I want to run it from batteries/track/rocket fuel .... (pick one) 

OK, so I can guess it's an aristo loco, assumption one... and you want to run from battery and controller in trailing car, assumption two... 

First, set the battery/track switch to battery... then see if applying 10 volts DC briefly makes the loco go... now you can decide what your convention is, which pin for postive for forwards. 

These plugs have no standard, nor consistency. Also, you may want to be sure the battery connections are isolated from the rails, Aristo often only disconnects one track pickup. This can cause problems. 

You really have to check out EVERY Aristo loco to see how it is wired when you make modifications, or run from battery. The testing at the factory and conformance to standards is minimal. 

Regards, Greg


----------



## lownote (Jan 3, 2008)

I'd second what Greg said. aristo's plug and play socket and track/battery switch are both great ideas, and sometimes they work, but in my experience they are often full of random wiring variations and undocumented oddities.
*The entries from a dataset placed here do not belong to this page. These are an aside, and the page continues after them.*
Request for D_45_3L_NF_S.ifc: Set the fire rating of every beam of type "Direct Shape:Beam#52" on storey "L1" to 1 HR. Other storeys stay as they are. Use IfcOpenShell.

First a look at what the model holds.

```python
import ifcopenshell
import ifcopenshell.util.element

model = ifcopenshell.open("D_45_3L_NF_S.ifc")
print(model.schema)
storey = next(s for s in model.by_type("IfcBuildingStorey") if s.Name == "L1")
beams = [e for e in ifcopenshell.util.element.get_decomposition(storey) if e.is_a("IfcBeam")]
seen = {}
for e in beams:
    element_type = ifcopenshell.util.element.get_type(e)
    key = (element_type.Name if element_type != e and element_type else None, ifcopenshell.util.element.get_pset(e, "Pset_BeamCommon", "FireRating"))
    seen[key] = seen.get(key, 0) + 1
for (name, value), count in sorted(seen.items(), key=str):
    print(count, "x", name, "|", value)
```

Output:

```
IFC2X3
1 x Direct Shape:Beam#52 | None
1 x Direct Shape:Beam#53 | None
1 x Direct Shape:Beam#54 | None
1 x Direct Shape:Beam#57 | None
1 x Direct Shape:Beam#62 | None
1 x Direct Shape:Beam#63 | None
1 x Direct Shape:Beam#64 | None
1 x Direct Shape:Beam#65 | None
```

```python
import ifcopenshell
import ifcopenshell.api.pset
import ifcopenshell.util.element

model = ifcopenshell.open("D_45_3L_NF_S.ifc")

storey = next(s for s in model.by_type("IfcBuildingStorey") if s.Name == "L1")
beams = [e for e in ifcopenshell.util.element.get_decomposition(storey) if e.is_a("IfcBeam")]

count = 0
for e in beams:
    element_type = ifcopenshell.util.element.get_type(e)
    if element_type in (None, e) or element_type.Name != "Direct Shape:Beam#52":
        continue
    # add_pset returns the element's existing set when there is one.
    pset = ifcopenshell.api.pset.add_pset(model, product=e, name="Pset_BeamCommon")
    ifcopenshell.api.pset.edit_pset(model, pset=pset, properties={"FireRating": "1 HR"})
    count += 1

print(count, "beams updated")

model.write("D_45_3L_NF_S_rev.ifc")
```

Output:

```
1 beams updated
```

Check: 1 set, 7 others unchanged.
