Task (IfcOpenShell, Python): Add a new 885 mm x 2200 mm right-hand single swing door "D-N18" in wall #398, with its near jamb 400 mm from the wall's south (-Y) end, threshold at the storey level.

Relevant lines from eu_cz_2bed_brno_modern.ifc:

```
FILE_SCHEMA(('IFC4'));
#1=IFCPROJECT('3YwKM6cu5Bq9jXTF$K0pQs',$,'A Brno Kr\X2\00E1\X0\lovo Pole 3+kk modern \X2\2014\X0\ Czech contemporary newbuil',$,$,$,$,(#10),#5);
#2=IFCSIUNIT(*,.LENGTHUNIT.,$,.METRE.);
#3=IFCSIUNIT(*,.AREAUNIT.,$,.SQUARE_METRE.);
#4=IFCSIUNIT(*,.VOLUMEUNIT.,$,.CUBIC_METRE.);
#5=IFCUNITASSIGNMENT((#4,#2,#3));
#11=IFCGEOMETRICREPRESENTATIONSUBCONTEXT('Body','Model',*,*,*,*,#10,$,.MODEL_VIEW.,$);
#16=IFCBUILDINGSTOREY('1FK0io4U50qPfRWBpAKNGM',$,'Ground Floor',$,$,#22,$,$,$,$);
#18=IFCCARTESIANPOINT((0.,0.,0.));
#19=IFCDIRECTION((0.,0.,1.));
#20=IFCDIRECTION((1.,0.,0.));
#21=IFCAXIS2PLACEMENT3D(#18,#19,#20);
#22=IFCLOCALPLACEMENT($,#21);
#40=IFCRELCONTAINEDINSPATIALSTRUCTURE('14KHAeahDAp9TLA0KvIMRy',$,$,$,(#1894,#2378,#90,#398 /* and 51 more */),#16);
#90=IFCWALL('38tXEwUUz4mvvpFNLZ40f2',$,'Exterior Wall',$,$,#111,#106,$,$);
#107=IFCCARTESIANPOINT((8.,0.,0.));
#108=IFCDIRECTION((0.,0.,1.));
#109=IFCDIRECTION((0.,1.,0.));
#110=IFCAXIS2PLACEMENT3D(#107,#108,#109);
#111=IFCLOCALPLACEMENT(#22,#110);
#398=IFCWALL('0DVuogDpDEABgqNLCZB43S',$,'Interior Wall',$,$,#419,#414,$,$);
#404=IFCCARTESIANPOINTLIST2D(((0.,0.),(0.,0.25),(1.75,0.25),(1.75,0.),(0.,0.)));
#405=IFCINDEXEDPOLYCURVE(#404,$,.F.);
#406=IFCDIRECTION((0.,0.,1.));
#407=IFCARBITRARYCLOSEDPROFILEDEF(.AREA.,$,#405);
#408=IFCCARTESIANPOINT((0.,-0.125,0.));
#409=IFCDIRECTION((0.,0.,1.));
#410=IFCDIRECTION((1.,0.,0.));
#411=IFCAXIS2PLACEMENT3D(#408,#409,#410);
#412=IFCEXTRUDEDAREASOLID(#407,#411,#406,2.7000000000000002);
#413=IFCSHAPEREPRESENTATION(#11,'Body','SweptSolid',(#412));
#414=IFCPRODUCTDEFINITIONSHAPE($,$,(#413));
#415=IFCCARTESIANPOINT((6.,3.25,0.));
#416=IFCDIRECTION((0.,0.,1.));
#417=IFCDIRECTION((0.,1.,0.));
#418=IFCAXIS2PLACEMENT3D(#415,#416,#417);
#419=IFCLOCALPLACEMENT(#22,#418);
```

```python
import numpy as np
import ifcopenshell
import ifcopenshell.api.feature
import ifcopenshell.api.geometry
import ifcopenshell.api.root
import ifcopenshell.api.spatial
import ifcopenshell.geom
import ifcopenshell.util.element
import ifcopenshell.util.placement
import ifcopenshell.util.representation
import ifcopenshell.util.shape
import ifcopenshell.util.unit

model = ifcopenshell.open("eu_cz_2bed_brno_modern.ifc")
unit_scale = ifcopenshell.util.unit.calculate_unit_scale(model)
settings = ifcopenshell.geom.settings()


def volume(element):
    """Net volume in cubic metres, openings subtracted."""
    shape = ifcopenshell.geom.create_shape(settings, element)
    return ifcopenshell.util.shape.get_volume(shape.geometry)


wall = model.by_id(398)
storey = ifcopenshell.util.element.get_container(wall, ifc_class="IfcBuildingStorey")
context = ifcopenshell.util.representation.get_context(model, "Model", "Body", "MODEL_VIEW")
before = volume(wall)

width, height, from_end, sill = 0.885, 2.2, 0.4, 0.0  # metres

# The wall runs along its own X axis, and the end named is its -X end.
wall_shape = ifcopenshell.geom.create_shape(settings, wall)
x, y, z = ifcopenshell.util.shape.get_vertices(wall_shape.geometry).T
start = x.min() + from_end
face, thickness = float(y.min()), float(y.max() - y.min())
wall_matrix = ifcopenshell.util.placement.get_local_placement(wall.ObjectPlacement)
level = ifcopenshell.util.placement.get_local_placement(storey.ObjectPlacement)[2, 3]


def in_wall(x, y):
    """Placement at x, y metres in the wall's axes, at sill height."""
    matrix = wall_matrix.copy()
    matrix[:, 3] = wall_matrix @ np.array([x / unit_scale, y / unit_scale, 0.0, 1.0])
    matrix[2, 3] = level + sill / unit_scale
    return matrix


# Opening: a box that overshoots both wall faces by 50 mm.
opening = ifcopenshell.api.root.create_entity(model, ifc_class="IfcOpeningElement", predefined_type="OPENING")
box = ifcopenshell.api.geometry.add_wall_representation(
    model, context=context, length=width, height=height, thickness=thickness + 0.1
)
ifcopenshell.api.geometry.assign_representation(model, product=opening, representation=box)
ifcopenshell.api.geometry.edit_object_placement(model, product=opening, matrix=in_wall(start, face - 0.05), is_si=False)
ifcopenshell.api.feature.add_feature(model, feature=opening, element=wall)

door = ifcopenshell.api.root.create_entity(model, ifc_class="IfcDoor", name="D-N18", predefined_type="DOOR")
door.OverallWidth, door.OverallHeight = width / unit_scale, height / unit_scale
door.OperationType = "SINGLE_SWING_RIGHT"
body = ifcopenshell.api.geometry.add_door_representation(
    model,
    context=context,
    overall_width=door.OverallWidth,
    overall_height=door.OverallHeight,
    operation_type="SINGLE_SWING_RIGHT",
    lining_properties={"LiningDepth": thickness / unit_scale, "ThresholdDepth": thickness / unit_scale},
)
ifcopenshell.api.geometry.assign_representation(model, product=door, representation=body)
ifcopenshell.api.spatial.assign_container(model, products=[door], relating_structure=storey)
ifcopenshell.api.feature.add_filling(model, opening=opening, element=door)

# The lining spans the wall, so the door starts at the wall face.
ifcopenshell.api.geometry.edit_object_placement(model, product=door, matrix=in_wall(start, face), is_si=False)

after = volume(wall)

print(f"wall volume {before:.3f} -> {after:.3f} m3")

model.write("eu_cz_2bed_brno_modern-out.ifc")
```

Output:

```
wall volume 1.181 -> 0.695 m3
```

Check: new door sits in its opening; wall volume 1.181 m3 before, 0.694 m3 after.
On one of my three aristo locos I just gave up and tore the whole circuit board out and wire dit all directly. On the other two, it works mostly as advertised, though I've never actually tried wiring either for battery


----------



## rmcintir (Apr 24, 2009)

Once you have set up your Aristo locomotive to run, powered from the MU cable, NEVER, I mean NEVER set the switch to track while the battery is connected. You will let enough smoke out of the Aristo circuit board to put the new smoke generators to shame. 

If I wasn't clear, NEVER set the switch to Track with the battery connected or on some locos turn the "Motor" on. There's some clear labeling for ya! 

BTW, I do love my Aristo locos, this is one area which is sadly designed.


----------



## Biblegrove RR (Jan 4, 2008)

wow, did this happen to you? I have a friend that does that all the time to save battery power. Uses it as an on/off switch and it hasn't smoked.... ? OF COURSE it was on non-powered track!


----------



## Greg Elmassian (Jan 3, 2008)

John, the battery/track switch wiring is also random... MOST times it disconnects one track pickup and never disconnects the battery... i.e. both battery leads are always connected to the main circuitry, and one of the track pickups is always connected, and the switch just interrupts one track pickup wire, BUT, there have been variations.... It's especially rankling since the switch used is normally a double pole double throw and it would have been simple to wire it so it was EITHER one or the other, and both leads in both cases... but, that's Aristo wiring. 

Regards, Greg


----------



## Biblegrove RR (Jan 4, 2008)

HOLY MOLY! NOT as simple as plug and play eh? IMAGINE THAT! This hobby frustrates me. 
OK so I just opened it back up and disconnected all 4 of the wires to the track pick ups according to the OVGRS site's instructions. NOW, I have to verify the MU plug matches my MU plug as far as Pos/Neg wiring and then simply plug in my battery and go? ("simply" I can't believe I said just that)


----------



## rmcintir (Apr 24, 2009)

Even if track is unpowered it very bad to switch to track power with battery connected. The unpowered track may have reversing loops, wyes, etc. that will short the track together. This short may translate to a battery short.


----------



## Biblegrove RR (Jan 4, 2008)

no problem now that the track pick ups are disco'd.....


----------



## Biblegrove RR (Jan 4, 2008)

A dealer just told me it does not matter which is pos. or negative when connecting the MU plug to battery because this will dictate the direction only and it won't hurt it...?????


----------



## Greg Elmassian (Jan 3, 2008)

He is right... but people then hook a second car to the other end of a loco and sometimes have problems... 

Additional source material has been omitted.